When seeking insurance coverage, the organization should consider:

  • The policies and limits to be held by the organization should be specified in the contract;
  • The jurisdiction of the policy and in the event of a dispute;
  • The territorial limitations;
  • Limitations of indemnity;
  • Coverage of all activities, including use of weapons;
  • Medical coverage and treatment of persons working on behalf of the organization and impacted communities;
  • Activities of subcontractors; and
  • Contractual obligations.

Examples of the types of coverage to consider include (but are not limited to):

  • Liability;
  • Workers compensation;
  • Accident;
  • Property damage;
  • Kidnapping, ransom and/or captive;
  • Sensitive risk (e.g. evacuations); and
  • Key personnel.

A.8.3 Financial and Administrative Procedures

It is necessary that the organization put in place appropriate administrative and financial structures to effectively support the ORMS, before, during, and after an undesirable or disruptive event. Procedures should be established and documented to ensure transparency with regard to authorizations, consistent with generally accepted accounting procedures and industry good practices. Therefore, a management structure, authorities, and responsibility delegation for decision-making – including spending limitations, authorities, and responsibility for implementation – should be clearly defined.
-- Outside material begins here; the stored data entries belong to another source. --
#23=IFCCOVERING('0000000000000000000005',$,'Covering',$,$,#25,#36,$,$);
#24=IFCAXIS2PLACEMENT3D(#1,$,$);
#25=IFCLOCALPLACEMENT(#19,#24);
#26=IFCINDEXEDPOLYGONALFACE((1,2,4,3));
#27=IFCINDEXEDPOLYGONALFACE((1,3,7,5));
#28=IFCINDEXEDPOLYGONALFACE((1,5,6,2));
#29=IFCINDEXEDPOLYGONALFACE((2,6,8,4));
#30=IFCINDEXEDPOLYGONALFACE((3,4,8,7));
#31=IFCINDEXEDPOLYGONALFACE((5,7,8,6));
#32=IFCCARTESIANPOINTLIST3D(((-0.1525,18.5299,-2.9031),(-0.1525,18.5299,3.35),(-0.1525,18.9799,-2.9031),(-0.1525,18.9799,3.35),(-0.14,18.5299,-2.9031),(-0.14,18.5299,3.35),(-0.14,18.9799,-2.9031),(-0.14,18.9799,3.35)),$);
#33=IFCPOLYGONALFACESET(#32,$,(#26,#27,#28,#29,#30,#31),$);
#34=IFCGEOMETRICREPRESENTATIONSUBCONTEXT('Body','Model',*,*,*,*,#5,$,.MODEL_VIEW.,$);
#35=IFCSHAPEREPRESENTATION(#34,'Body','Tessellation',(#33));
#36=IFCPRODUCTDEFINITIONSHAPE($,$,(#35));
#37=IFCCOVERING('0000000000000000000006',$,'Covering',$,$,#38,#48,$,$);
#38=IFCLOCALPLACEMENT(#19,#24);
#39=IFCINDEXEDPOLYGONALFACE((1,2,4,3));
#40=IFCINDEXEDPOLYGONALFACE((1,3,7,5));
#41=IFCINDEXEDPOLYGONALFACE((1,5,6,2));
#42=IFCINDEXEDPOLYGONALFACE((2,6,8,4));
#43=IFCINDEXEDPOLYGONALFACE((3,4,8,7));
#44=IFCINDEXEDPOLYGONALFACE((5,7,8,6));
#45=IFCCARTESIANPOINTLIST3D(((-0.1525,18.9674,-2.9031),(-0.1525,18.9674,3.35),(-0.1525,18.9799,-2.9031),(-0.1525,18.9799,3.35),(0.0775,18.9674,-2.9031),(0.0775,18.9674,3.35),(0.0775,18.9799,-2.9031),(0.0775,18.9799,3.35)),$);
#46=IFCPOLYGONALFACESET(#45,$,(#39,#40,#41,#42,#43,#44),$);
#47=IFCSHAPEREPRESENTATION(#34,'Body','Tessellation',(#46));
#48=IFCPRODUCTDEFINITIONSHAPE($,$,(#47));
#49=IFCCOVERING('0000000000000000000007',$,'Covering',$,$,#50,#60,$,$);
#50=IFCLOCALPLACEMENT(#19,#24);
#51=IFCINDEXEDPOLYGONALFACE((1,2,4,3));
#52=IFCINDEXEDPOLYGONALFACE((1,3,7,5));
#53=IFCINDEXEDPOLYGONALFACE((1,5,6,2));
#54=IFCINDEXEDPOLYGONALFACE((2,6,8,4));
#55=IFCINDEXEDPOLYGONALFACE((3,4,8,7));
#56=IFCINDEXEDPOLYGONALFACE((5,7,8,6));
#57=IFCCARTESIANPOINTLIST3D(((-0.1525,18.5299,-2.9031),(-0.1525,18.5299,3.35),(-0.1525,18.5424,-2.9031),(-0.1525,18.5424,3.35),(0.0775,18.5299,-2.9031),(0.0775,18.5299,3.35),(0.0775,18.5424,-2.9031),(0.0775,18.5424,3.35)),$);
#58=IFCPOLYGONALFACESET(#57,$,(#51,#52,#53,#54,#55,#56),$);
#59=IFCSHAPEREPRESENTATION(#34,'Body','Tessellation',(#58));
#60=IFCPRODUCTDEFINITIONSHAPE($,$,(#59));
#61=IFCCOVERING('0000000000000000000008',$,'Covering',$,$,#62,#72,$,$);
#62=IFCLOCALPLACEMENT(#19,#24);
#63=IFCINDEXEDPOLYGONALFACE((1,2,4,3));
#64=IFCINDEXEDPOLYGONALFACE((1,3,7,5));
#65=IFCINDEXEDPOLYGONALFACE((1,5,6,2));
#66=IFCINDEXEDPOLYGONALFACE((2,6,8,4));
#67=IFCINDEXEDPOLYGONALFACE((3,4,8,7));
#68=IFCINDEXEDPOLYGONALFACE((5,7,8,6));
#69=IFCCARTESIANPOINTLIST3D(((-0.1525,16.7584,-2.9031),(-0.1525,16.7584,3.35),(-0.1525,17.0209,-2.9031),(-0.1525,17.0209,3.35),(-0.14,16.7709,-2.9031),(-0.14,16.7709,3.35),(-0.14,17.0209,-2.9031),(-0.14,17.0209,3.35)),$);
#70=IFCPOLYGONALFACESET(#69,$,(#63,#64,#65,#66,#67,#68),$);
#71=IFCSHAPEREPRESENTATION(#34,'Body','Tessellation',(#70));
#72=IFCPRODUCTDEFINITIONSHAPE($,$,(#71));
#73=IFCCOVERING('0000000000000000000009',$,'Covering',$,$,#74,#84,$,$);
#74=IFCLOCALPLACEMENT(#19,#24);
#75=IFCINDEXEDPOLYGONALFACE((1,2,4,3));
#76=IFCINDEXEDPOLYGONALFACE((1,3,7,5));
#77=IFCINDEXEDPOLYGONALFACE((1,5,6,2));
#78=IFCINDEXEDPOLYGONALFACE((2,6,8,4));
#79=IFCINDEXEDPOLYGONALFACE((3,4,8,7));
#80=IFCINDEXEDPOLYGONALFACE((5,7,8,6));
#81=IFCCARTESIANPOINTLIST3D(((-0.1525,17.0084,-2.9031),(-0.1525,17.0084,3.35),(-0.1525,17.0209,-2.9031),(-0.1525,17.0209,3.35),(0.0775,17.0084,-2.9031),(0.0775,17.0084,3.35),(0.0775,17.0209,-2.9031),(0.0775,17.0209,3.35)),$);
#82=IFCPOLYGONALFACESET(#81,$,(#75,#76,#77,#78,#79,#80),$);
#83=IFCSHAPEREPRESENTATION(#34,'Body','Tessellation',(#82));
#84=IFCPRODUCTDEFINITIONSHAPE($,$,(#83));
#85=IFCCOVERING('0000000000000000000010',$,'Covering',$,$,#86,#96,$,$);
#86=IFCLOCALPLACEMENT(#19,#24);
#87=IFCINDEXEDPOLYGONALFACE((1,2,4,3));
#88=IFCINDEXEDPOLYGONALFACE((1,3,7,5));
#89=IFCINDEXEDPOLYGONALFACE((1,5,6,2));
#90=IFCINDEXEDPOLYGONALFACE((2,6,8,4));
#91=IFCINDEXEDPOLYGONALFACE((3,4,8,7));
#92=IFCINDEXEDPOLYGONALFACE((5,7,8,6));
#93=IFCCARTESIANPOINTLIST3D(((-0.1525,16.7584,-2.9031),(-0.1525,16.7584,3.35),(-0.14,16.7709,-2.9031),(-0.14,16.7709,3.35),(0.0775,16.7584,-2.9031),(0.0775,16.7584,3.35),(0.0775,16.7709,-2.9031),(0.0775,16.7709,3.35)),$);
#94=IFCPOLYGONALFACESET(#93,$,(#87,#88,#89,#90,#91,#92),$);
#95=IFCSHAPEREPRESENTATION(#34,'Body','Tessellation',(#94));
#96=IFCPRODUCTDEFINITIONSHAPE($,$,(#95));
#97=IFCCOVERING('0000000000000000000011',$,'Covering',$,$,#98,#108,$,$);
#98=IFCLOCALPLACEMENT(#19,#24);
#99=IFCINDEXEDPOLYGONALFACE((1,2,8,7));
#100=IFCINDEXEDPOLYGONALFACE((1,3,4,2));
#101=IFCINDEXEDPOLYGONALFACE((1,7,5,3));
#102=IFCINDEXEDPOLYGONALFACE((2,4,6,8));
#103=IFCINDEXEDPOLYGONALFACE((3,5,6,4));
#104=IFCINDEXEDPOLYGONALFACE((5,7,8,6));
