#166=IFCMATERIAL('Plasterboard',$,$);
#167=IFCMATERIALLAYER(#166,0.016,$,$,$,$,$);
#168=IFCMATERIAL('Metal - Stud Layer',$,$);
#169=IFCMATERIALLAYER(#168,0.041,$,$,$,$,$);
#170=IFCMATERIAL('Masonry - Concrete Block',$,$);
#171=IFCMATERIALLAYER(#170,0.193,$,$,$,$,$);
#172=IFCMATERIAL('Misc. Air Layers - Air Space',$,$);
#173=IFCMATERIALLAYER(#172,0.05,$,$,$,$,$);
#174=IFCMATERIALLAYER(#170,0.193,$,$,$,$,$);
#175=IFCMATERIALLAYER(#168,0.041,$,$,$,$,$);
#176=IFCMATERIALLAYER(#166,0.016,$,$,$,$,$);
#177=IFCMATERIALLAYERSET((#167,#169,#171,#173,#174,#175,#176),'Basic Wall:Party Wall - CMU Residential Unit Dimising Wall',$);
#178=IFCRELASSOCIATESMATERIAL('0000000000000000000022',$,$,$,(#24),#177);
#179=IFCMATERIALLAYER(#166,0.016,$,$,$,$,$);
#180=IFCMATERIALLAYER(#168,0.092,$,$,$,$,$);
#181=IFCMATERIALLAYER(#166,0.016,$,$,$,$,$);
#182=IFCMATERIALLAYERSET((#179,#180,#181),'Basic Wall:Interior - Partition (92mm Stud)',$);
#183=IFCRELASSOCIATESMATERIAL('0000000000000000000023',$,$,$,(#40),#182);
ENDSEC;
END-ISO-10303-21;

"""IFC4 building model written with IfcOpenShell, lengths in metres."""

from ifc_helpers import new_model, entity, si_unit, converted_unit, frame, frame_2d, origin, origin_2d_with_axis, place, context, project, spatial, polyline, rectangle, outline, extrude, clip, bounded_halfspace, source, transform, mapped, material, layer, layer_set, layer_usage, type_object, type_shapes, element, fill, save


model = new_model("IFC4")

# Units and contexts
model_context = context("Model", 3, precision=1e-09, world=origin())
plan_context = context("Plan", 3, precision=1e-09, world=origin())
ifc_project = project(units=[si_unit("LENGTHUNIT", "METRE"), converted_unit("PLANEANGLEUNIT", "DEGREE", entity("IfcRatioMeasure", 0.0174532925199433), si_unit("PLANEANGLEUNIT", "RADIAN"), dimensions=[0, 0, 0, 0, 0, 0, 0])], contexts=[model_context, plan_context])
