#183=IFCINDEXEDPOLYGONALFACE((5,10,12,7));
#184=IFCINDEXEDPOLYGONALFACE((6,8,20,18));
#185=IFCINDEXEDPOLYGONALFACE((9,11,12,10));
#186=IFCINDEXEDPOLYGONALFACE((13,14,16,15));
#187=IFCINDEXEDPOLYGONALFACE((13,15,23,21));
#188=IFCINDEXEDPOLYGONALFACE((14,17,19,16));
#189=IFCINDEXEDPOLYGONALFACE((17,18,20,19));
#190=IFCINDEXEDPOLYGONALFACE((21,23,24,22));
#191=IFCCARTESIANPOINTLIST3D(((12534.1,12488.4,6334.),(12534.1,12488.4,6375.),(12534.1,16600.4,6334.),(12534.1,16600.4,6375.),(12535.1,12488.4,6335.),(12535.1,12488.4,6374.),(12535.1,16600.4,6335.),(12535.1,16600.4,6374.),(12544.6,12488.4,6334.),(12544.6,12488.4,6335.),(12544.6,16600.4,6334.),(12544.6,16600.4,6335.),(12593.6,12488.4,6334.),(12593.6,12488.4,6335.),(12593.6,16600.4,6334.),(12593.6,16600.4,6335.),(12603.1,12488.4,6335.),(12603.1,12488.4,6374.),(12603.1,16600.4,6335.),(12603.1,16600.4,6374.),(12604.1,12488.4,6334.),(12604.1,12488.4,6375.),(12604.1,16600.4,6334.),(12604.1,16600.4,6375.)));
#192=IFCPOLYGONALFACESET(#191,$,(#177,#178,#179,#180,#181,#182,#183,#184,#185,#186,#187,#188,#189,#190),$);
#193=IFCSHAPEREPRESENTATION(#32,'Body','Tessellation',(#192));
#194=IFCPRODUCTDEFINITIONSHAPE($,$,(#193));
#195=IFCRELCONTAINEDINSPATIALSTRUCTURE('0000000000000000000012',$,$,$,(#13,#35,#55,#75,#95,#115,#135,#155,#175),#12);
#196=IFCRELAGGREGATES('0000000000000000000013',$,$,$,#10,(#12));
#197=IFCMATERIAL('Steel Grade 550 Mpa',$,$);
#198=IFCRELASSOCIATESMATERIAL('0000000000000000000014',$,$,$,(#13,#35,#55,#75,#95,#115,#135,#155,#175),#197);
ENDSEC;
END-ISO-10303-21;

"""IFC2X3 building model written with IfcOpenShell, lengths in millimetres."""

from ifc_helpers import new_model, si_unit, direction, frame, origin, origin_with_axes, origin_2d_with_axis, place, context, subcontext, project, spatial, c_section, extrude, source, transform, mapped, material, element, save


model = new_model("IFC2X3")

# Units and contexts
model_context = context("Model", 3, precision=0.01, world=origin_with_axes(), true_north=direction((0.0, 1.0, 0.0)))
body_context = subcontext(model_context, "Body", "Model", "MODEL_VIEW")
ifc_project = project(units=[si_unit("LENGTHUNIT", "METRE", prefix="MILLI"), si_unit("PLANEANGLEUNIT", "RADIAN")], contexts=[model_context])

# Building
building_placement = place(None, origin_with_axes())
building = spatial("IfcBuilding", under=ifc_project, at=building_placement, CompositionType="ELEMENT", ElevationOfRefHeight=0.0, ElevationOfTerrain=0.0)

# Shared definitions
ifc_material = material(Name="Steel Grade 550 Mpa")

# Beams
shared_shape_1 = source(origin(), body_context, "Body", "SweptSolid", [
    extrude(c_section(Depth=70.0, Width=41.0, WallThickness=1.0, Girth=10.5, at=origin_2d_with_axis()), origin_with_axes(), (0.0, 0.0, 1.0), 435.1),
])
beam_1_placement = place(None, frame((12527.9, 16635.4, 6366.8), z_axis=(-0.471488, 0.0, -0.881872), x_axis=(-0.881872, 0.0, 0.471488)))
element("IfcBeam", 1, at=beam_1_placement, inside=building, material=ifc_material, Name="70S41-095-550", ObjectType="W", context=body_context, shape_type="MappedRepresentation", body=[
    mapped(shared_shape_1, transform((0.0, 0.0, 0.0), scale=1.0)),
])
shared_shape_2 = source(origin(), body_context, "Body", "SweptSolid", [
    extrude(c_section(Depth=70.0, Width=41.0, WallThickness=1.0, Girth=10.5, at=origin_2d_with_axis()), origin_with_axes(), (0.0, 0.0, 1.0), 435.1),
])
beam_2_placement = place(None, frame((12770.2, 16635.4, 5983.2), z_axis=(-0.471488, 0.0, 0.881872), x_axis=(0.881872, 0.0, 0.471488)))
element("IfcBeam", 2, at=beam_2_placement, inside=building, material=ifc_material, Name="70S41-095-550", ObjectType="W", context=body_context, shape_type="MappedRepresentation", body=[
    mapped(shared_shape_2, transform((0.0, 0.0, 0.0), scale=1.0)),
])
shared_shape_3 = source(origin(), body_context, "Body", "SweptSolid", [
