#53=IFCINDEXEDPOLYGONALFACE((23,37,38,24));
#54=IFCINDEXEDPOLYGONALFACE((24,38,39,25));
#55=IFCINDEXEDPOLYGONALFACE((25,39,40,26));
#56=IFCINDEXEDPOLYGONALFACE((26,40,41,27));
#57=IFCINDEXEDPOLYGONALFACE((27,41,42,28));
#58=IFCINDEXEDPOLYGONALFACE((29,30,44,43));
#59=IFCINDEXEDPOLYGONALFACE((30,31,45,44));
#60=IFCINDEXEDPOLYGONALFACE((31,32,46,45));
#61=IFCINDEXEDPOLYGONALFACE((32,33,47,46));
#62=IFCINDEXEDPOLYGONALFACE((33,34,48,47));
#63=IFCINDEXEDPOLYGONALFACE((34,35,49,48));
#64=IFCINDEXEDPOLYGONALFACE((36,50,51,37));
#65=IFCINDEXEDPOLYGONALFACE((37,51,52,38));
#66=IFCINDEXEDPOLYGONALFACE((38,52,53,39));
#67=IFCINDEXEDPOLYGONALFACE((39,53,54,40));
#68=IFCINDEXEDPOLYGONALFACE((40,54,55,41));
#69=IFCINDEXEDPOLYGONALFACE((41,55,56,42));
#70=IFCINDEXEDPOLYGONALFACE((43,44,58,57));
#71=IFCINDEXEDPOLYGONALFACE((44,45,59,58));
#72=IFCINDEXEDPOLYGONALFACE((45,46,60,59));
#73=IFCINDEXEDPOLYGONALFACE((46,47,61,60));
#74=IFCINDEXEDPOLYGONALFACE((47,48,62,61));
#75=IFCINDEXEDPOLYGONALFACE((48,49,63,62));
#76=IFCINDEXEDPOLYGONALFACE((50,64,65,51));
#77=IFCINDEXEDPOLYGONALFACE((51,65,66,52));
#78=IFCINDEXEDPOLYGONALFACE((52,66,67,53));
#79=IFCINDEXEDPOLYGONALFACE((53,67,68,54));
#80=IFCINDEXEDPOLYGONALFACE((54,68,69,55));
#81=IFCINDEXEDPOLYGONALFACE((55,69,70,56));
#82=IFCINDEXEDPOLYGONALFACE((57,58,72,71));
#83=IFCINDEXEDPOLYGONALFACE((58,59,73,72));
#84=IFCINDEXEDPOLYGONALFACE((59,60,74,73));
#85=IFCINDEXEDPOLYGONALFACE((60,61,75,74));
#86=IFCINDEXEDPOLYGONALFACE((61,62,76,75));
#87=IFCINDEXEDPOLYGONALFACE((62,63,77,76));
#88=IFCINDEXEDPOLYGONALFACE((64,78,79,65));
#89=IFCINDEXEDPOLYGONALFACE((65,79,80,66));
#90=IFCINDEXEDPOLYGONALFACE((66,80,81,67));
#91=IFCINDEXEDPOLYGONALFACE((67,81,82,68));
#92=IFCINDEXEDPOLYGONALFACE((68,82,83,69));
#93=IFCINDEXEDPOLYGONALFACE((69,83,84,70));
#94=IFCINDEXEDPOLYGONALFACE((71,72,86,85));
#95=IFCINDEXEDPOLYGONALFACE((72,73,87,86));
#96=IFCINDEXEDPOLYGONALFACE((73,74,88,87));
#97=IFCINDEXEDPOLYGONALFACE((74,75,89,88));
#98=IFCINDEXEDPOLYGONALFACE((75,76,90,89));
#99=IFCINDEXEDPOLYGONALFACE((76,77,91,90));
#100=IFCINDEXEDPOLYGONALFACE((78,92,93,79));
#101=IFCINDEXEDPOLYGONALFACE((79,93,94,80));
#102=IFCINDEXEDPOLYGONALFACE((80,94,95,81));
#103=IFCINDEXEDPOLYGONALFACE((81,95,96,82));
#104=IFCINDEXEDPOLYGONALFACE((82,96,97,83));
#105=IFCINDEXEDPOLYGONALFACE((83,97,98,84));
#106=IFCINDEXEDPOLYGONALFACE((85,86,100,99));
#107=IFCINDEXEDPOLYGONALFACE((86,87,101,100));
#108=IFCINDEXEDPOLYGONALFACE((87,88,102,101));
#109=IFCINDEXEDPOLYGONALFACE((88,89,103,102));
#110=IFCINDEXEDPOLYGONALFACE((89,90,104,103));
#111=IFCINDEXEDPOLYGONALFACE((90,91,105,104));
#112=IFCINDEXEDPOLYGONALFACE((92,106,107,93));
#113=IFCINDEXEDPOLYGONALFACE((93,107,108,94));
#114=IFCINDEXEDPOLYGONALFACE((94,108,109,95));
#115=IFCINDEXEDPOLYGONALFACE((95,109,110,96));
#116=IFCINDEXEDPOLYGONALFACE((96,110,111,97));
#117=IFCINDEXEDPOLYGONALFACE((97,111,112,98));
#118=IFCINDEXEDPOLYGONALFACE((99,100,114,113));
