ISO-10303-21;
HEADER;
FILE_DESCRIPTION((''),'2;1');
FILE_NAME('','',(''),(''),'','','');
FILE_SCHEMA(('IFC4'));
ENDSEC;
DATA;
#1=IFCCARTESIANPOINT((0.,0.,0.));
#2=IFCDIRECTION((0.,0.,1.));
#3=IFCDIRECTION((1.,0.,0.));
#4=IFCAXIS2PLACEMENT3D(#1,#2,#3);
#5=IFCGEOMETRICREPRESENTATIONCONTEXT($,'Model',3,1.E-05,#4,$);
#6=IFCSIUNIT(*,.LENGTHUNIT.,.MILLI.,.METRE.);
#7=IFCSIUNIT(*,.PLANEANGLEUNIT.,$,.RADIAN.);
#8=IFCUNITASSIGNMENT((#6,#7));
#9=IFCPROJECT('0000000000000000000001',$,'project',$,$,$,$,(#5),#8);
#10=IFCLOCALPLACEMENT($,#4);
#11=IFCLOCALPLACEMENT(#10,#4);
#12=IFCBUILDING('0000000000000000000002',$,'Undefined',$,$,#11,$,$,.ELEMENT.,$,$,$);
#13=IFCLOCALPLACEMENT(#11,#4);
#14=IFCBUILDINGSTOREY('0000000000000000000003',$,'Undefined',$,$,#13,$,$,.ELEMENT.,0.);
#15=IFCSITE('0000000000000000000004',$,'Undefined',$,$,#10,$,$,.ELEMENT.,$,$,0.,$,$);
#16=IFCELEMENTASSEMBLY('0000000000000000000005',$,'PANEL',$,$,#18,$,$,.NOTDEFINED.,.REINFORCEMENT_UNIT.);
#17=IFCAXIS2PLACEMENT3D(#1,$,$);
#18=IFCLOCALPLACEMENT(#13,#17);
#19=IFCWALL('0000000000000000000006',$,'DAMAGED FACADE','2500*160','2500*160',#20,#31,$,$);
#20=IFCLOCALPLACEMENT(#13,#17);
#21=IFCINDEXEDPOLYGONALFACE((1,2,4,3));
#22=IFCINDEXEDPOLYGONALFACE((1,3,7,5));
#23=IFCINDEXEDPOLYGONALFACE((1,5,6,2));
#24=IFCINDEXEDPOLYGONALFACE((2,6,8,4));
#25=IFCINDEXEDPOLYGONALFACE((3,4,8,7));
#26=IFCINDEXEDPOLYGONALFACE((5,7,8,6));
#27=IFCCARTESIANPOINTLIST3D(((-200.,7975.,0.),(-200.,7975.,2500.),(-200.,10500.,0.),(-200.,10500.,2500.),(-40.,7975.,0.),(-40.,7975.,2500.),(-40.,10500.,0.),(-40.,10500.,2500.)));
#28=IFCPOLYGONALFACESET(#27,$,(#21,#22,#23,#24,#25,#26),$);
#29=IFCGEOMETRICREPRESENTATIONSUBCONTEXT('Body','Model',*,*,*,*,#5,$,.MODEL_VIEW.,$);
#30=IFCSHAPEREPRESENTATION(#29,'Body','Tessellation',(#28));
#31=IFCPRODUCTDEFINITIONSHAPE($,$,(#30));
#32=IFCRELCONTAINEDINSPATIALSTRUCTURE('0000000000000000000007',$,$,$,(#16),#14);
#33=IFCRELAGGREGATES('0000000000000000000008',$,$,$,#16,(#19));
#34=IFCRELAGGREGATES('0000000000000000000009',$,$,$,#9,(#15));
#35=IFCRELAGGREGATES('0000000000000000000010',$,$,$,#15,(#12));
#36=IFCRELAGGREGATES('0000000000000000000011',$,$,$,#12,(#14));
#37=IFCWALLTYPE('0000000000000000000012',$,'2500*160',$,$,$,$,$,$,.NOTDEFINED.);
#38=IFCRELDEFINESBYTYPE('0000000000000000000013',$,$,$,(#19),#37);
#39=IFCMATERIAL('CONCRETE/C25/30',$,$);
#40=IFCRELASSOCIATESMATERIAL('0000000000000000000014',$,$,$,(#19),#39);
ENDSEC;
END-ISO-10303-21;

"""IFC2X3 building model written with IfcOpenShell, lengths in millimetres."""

from ifc_helpers import new_model, si_unit, frame, frame_2d, origin_with_axes, place, context, subcontext, project, spatial, rectangle, extrude, material, type_object, element, aggregate, save


model = new_model("IFC2X3")

# Units and contexts
model_context = context("Model", 3, precision=1e-05, world=origin_with_axes())
body_context = subcontext(model_context, "Body", "Model", "MODEL_VIEW")
ifc_project = project(units=[si_unit("LENGTHUNIT", "METRE", prefix="MILLI"), si_unit("PLANEANGLEUNIT", "RADIAN")], contexts=[model_context])

# Site, building, storey
site_placement = place(None, origin_with_axes())
site = spatial("IfcSite", under=ifc_project, at=site_placement, Name="Undefined", CompositionType="ELEMENT", RefElevation=0.0)
building_placement = place(site_placement, origin_with_axes())
building = spatial("IfcBuilding", under=site, at=building_placement, Name="Undefined", CompositionType="ELEMENT")
storey_placement = place(building_placement, origin_with_axes())
storey = spatial("IfcBuildingStorey", under=building, at=storey_placement, Name="Undefined", CompositionType="ELEMENT", Elevation=0.0)

# Shared definitions
ifc_material = material(Name="CONCRETE/C25/30")

# Element assembly, wall
assembly_1_placement = place(storey_placement, origin_with_axes())
assembly_1 = element("IfcElementAssembly", 1, at=assembly_1_placement, inside=storey, Name="PANEL", AssemblyPlace="NOTDEFINED", PredefinedType="REINFORCEMENT_UNIT")
wall_type_1 = type_object("IfcWallType", Name="2500*160", PredefinedType="NOTDEFINED")
wall_1_placement = place(assembly_1_placement, frame((-120.0, 10500.0, 0.0), z_axis=(0.0, 0.0, 1.0), x_axis=(0.0, -1.0, 0.0)))
wall_1 = element("IfcWall", 2, at=wall_1_placement, type_object=wall_type_1, material=ifc_material, Name="DAMAGED FACADE", Description="2500*160", ObjectType="2500*160", context=body_context, shape_type="SweptSolid", body=[
    extrude(rectangle(XDim=2525.0, YDim=160.0, at=frame_2d((0.0, 1262.5), x_axis=(0.0, -1.0))), frame((0.0, 0.0, 0.0), z_axis=(0.0, 0.0, 1.0), x_axis=(0.0, -1.0, 0.0)), (0.0, 0.0, 1.0), 2500.0),
])
aggregate(assembly_1, [wall_1])

save(model, "model.ifc")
A.8.4 Outsourcing and Subcontracting

A contract should provide the legal basis for the relationship between the contractor and subcontractor. The organization is responsible for all activities outsourced to another entity. The contract should specify the responsibilities, terms, and conditions under which the subcontractor is to perform, including a clearly defined:

  • Commitment to abide by the same obligations as held by the organization and described in the Standard;

  • Specification of the appropriate flow-down of conformance to applicable provisions of the Standard;

  • Confidentiality and conflict of interest requirements;

  • Process for reporting of risks, as well as the occurrence and response to undesirable and disruptive events;

  • Definition of the support relationship between the contractor and the subcontractor; and

  • Description of the service performed by subcontractor personnel.

For transparency, the organization should understand commitments to first, second and third parties, including how they relate to organizational priorities.

A.8.5 Documented Information

The level of detail of the documentation should be sufficient to describe the ORMS and how the parts work together. The documentation should also provide direction on where to obtain more detailed information on the operation of specific parts of the ORMS. This documentation may be integrated with documentation of other management systems implemented by the organization. It does not have to be in the form of a manual.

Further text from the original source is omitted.